Print out the full listing, exactly.

### DATA RECORDS

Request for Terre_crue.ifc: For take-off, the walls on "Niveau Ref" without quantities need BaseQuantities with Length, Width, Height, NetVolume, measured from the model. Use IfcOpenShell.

First a look at what the model holds.

```python
import ifcopenshell
import ifcopenshell.util.element
import ifcopenshell.util.unit

model = ifcopenshell.open("Terre_crue.ifc")
print(model.schema)
for unit_type in ("LENGTHUNIT", "AREAUNIT", "VOLUMEUNIT"):
    print(unit_type, ifcopenshell.util.unit.calculate_unit_scale(model, unit_type))
storey = next(s for s in model.by_type("IfcBuildingStorey") if s.Name == "Niveau Ref")
walls = [e for e in ifcopenshell.util.element.get_decomposition(storey) if e.is_a("IfcWall")]
for e in sorted(walls, key=lambda e: e.id()):
    print(e.id(), e.is_a(), e.Name, list(ifcopenshell.util.element.get_psets(e, qtos_only=True)), sep=" | ")
```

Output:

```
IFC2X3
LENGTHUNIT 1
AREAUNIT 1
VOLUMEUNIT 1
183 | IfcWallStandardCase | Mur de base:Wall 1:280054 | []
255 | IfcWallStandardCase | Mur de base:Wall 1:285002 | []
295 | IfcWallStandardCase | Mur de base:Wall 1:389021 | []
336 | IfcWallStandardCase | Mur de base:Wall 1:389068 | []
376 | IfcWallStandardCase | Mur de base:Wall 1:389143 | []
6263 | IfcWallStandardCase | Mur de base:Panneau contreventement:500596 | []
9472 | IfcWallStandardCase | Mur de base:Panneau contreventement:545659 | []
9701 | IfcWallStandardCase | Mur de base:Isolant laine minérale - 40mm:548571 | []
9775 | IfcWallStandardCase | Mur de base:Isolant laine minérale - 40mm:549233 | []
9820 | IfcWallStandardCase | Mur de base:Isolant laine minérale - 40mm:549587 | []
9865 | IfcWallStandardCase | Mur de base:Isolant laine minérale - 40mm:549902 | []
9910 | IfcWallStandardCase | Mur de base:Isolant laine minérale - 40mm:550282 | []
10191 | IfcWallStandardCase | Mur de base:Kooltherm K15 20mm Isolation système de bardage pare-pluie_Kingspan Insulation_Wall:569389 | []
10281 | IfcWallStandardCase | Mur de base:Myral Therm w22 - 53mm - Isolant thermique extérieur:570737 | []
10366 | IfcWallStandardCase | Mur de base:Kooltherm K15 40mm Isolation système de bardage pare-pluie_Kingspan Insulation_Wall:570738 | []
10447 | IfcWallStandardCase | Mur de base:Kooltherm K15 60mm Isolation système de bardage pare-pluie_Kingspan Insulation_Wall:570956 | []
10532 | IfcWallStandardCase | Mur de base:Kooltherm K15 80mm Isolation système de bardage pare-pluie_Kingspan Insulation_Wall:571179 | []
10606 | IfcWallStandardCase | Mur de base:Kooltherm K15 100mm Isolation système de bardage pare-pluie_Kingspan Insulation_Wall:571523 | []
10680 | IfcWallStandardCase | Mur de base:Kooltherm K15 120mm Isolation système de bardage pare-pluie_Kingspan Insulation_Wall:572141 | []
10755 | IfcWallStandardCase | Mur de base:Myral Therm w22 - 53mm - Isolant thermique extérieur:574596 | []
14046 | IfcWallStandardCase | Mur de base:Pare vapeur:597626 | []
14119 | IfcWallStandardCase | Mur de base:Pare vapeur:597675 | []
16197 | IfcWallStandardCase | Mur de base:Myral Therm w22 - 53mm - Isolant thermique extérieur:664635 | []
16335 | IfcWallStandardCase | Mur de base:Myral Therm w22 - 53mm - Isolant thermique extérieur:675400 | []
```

```python
import ifcopenshell
import ifcopenshell.api.pset
import ifcopenshell.geom
import ifcopenshell.util.element
import ifcopenshell.util.shape
import ifcopenshell.util.unit

model = ifcopenshell.open("Terre_crue.ifc")
unit_scale = ifcopenshell.util.unit.calculate_unit_scale(model)
volume_scale = ifcopenshell.util.unit.calculate_unit_scale(model, "VOLUMEUNIT")
settings = ifcopenshell.geom.settings()

storey = next(s for s in model.by_type("IfcBuildingStorey") if s.Name == "Niveau Ref")
walls = [e for e in ifcopenshell.util.element.get_decomposition(storey) if e.is_a("IfcWall")]

for e in sorted(walls, key=lambda e: e.id()):
    if ifcopenshell.util.element.get_psets(e, qtos_only=True, should_inherit=False):
        continue
    # Geometry comes back in metres, in the element's own axes.
    shape = ifcopenshell.geom.create_shape(settings, e)
    values = {
        "Length": ifcopenshell.util.shape.get_x(shape.geometry) / unit_scale,
        "Width": ifcopenshell.util.shape.get_y(shape.geometry) / unit_scale,
        "Height": ifcopenshell.util.shape.get_z(shape.geometry) / unit_scale,
        "NetVolume": ifcopenshell.util.shape.get_volume(shape.geometry) / volume_scale,
    }
    qto = ifcopenshell.api.pset.add_qto(model, product=e, name="BaseQuantities")
    ifcopenshell.api.pset.edit_qto(model, qto=qto, properties=values)
    print(e.id(), {k: round(v, 3) for k, v in values.items()})

model.write("Terre_crue_v2.ifc")
```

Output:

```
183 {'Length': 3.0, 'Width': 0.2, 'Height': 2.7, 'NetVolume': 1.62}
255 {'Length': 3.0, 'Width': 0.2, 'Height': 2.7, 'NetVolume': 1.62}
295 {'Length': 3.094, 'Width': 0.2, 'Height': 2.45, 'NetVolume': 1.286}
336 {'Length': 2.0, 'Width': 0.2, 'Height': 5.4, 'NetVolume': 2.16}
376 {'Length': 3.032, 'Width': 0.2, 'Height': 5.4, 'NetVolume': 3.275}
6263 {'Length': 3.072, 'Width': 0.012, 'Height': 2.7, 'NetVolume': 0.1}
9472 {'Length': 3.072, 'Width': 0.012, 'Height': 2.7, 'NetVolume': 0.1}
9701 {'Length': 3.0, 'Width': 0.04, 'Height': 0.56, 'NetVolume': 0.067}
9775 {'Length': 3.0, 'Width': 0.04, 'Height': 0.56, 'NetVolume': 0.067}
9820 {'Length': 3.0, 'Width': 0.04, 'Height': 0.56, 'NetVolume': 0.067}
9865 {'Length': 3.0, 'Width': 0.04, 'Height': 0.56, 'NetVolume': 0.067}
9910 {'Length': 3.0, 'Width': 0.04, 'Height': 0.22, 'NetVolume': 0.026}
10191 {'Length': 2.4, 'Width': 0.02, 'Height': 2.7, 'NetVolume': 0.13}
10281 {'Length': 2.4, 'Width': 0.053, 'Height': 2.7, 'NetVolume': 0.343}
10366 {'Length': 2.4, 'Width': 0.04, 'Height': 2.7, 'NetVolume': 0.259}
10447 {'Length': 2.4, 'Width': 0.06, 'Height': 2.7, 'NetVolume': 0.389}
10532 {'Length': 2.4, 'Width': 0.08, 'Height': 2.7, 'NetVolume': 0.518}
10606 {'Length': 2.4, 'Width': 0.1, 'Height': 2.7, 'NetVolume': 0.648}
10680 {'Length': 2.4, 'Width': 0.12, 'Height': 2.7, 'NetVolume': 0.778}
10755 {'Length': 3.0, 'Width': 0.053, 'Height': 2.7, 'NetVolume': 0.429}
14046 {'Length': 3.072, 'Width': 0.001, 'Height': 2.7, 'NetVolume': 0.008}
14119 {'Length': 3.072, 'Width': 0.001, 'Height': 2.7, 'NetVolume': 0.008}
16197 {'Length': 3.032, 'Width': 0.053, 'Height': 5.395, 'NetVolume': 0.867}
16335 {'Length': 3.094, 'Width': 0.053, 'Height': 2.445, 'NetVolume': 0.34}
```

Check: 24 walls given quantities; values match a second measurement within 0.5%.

######

FINISHED TASK:
Request for Terre_crue.ifc: For take-off, the walls on "Niveau Ref" without quantities need BaseQuantities with Length, Width, Height, NetVolume, measured from the model. Use IfcOpenShell.

First a look at what the model holds.

```python
import ifcopenshell
import ifcopenshell.util.element
import ifcopenshell.util.unit

model = ifcopenshell.open("Terre_crue.ifc")
print(model.schema)
for unit_type in ("LENGTHUNIT", "AREAUNIT", "VOLUMEUNIT"):
    print(unit_type, ifcopenshell.util.unit.calculate_unit_scale(model, unit_type))
storey = next(s for s in model.by_type("IfcBuildingStorey") if s.Name == "Niveau Ref")
walls = [e for e in ifcopenshell.util.element.get_decomposition(storey) if e.is_a("IfcWall")]
for e in sorted(walls, key=lambda e: e.id()):
    print(e.id(), e.is_a(), e.Name, list(ifcopenshell.util.element.get_psets(e, qtos_only=True)), sep=" | ")
```

Output:

```
IFC2X3
LENGTHUNIT 1
AREAUNIT 1
VOLUMEUNIT 1
183 | IfcWallStandardCase | Mur de base:Wall 1:280054 | []
255 | IfcWallStandardCase | Mur de base:Wall 1:285002 | []
295 | IfcWallStandardCase | Mur de base:Wall 1:389021 | []
336 | IfcWallStandardCase | Mur de base:Wall 1:389068 | []
376 | IfcWallStandardCase | Mur de base:Wall 1:389143 | []
6263 | IfcWallStandardCase | Mur de base:Panneau contreventement:500596 | []
9472 | IfcWallStandardCase | Mur de base:Panneau contreventement:545659 | []
9701 | IfcWallStandardCase | Mur de base:Isolant laine minérale - 40mm:548571 | []
9775 | IfcWallStandardCase | Mur de base:Isolant laine minérale - 40mm:549233 | []
9820 | IfcWallStandardCase | Mur de base:Isolant laine minérale - 40mm:549587 | []
9865 | IfcWallStandardCase | Mur de base:Isolant laine minérale - 40mm:549902 | []
9910 | IfcWallStandardCase | Mur de base:Isolant laine minérale - 40mm:550282 | []
10191 | IfcWallStandardCase | Mur de base:Kooltherm K15 20mm Isolation système de bardage pare-pluie_Kingspan Insulation_Wall:569389 | []
10281 | IfcWallStandardCase | Mur de base:Myral Therm w22 - 53mm - Isolant thermique extérieur:570737 | []
10366 | IfcWallStandardCase | Mur de base:Kooltherm K15 40mm Isolation système de bardage pare-pluie_Kingspan Insulation_Wall:570738 | []
10447 | IfcWallStandardCase | Mur de base:Kooltherm K15 60mm Isolation système de bardage pare-pluie_Kingspan Insulation_Wall:570956 | []
10532 | IfcWallStandardCase | Mur de base:Kooltherm K15 80mm Isolation système de bardage pare-pluie_Kingspan Insulation_Wall:571179 | []
10606 | IfcWallStandardCase | Mur de base:Kooltherm K15 100mm Isolation système de bardage pare-pluie_Kingspan Insulation_Wall:571523 | []
10680 | IfcWallStandardCase | Mur de base:Kooltherm K15 120mm Isolation système de bardage pare-pluie_Kingspan Insulation_Wall:572141 | []
10755 | IfcWallStandardCase | Mur de base:Myral Therm w22 - 53mm - Isolant thermique extérieur:574596 | []
14046 | IfcWallStandardCase | Mur de base:Pare vapeur:597626 | []
14119 | IfcWallStandardCase | Mur de base:Pare vapeur:597675 | []
16197 | IfcWallStandardCase | Mur de base:Myral Therm w22 - 53mm - Isolant thermique extérieur:664635 | []
16335 | IfcWallStandardCase | Mur de base:Myral Therm w22 - 53mm - Isolant thermique extérieur:675400 | []
```

```python
import ifcopenshell
import ifcopenshell.api.pset
import ifcopenshell.geom
import ifcopenshell.util.element
import ifcopenshell.util.shape
import ifcopenshell.util.unit

model = ifcopenshell.open("Terre_crue.ifc")
unit_scale = ifcopenshell.util.unit.calculate_unit_scale(model)
volume_scale = ifcopenshell.util.unit.calculate_unit_scale(model, "VOLUMEUNIT")
settings = ifcopenshell.geom.settings()

storey = next(s for s in model.by_type("IfcBuildingStorey") if s.Name == "Niveau Ref")
walls = [e for e in ifcopenshell.util.element.get_decomposition(storey) if e.is_a("IfcWall")]

for e in sorted(walls, key=lambda e: e.id()):
    if ifcopenshell.util.element.get_psets(e, qtos_only=True, should_inherit=False):
        continue
    # Geometry comes back in metres, in the element's own axes.
    shape = ifcopenshell.geom.create_shape(settings, e)
    values = {
        "Length": ifcopenshell.util.shape.get_x(shape.geometry) / unit_scale,
        "Width": ifcopenshell.util.shape.get_y(shape.geometry) / unit_scale,
        "Height": ifcopenshell.util.shape.get_z(shape.geometry) / unit_scale,
        "NetVolume": ifcopenshell.util.shape.get_volume(shape.geometry) / volume_scale,
    }
    qto = ifcopenshell.api.pset.add_qto(model, product=e, name="BaseQuantities")
    ifcopenshell.api.pset.edit_qto(model, qto=qto, properties=values)
    print(e.id(), {k: round(v, 3) for k, v in values.items()})

model.write("Terre_crue_v2.ifc")
```

Output:

```
183 {'Length': 3.0, 'Width': 0.2, 'Height': 2.7, 'NetVolume': 1.62}
255 {'Length': 3.0, 'Width': 0.2, 'Height': 2.7, 'NetVolume': 1.62}
295 {'Length': 3.094, 'Width': 0.2, 'Height': 2.45, 'NetVolume': 1.286}
336 {'Length': 2.0, 'Width': 0.2, 'Height': 5.4, 'NetVolume': 2.16}
376 {'Length': 3.032, 'Width': 0.2, 'Height': 5.4, 'NetVolume': 3.275}
6263 {'Length': 3.072, 'Width': 0.012, 'Height': 2.7, 'NetVolume': 0.1}
9472 {'Length': 3.072, 'Width': 0.012, 'Height': 2.7, 'NetVolume': 0.1}
9701 {'Length': 3.0, 'Width': 0.04, 'Height': 0.56, 'NetVolume': 0.067}
9775 {'Length': 3.0, 'Width': 0.04, 'Height': 0.56, 'NetVolume': 0.067}
9820 {'Length': 3.0, 'Width': 0.04, 'Height': 0.56, 'NetVolume': 0.067}
9865 {'Length': 3.0, 'Width': 0.04, 'Height': 0.56, 'NetVolume': 0.067}
9910 {'Length': 3.0, 'Width': 0.04, 'Height': 0.22, 'NetVolume': 0.026}
10191 {'Length': 2.4, 'Width': 0.02, 'Height': 2.7, 'NetVolume': 0.13}
10281 {'Length': 2.4, 'Width': 0.053, 'Height': 2.7, 'NetVolume': 0.343}
10366 {'Length': 2.4, 'Width': 0.04, 'Height': 2.7, 'NetVolume': 0.259}
10447 {'Length': 2.4, 'Width': 0.06, 'Height': 2.7, 'NetVolume': 0.389}
10532 {'Length': 2.4, 'Width': 0.08, 'Height': 2.7, 'NetVolume': 0.518}
10606 {'Length': 2.4, 'Width': 0.1, 'Height': 2.7, 'NetVolume': 0.648}
10680 {'Length': 2.4, 'Width': 0.12, 'Height': 2.7, 'NetVolume': 0.778}
10755 {'Length': 3.0, 'Width': 0.053, 'Height': 2.7, 'NetVolume': 0.429}
14046 {'Length': 3.072, 'Width': 0.001, 'Height': 2.7, 'NetVolume': 0.008}
14119 {'Length': 3.072, 'Width': 0.001, 'Height': 2.7, 'NetVolume': 0.008}
16197 {'Length': 3.032, 'Width': 0.053, 'Height': 5.395, 'NetVolume': 0.867}
16335 {'Length': 3.094, 'Width': 0.053, 'Height': 2.445, 'NetVolume': 0.34}
```

Check: 24 walls given quantities; values match a second measurement within 0.5%.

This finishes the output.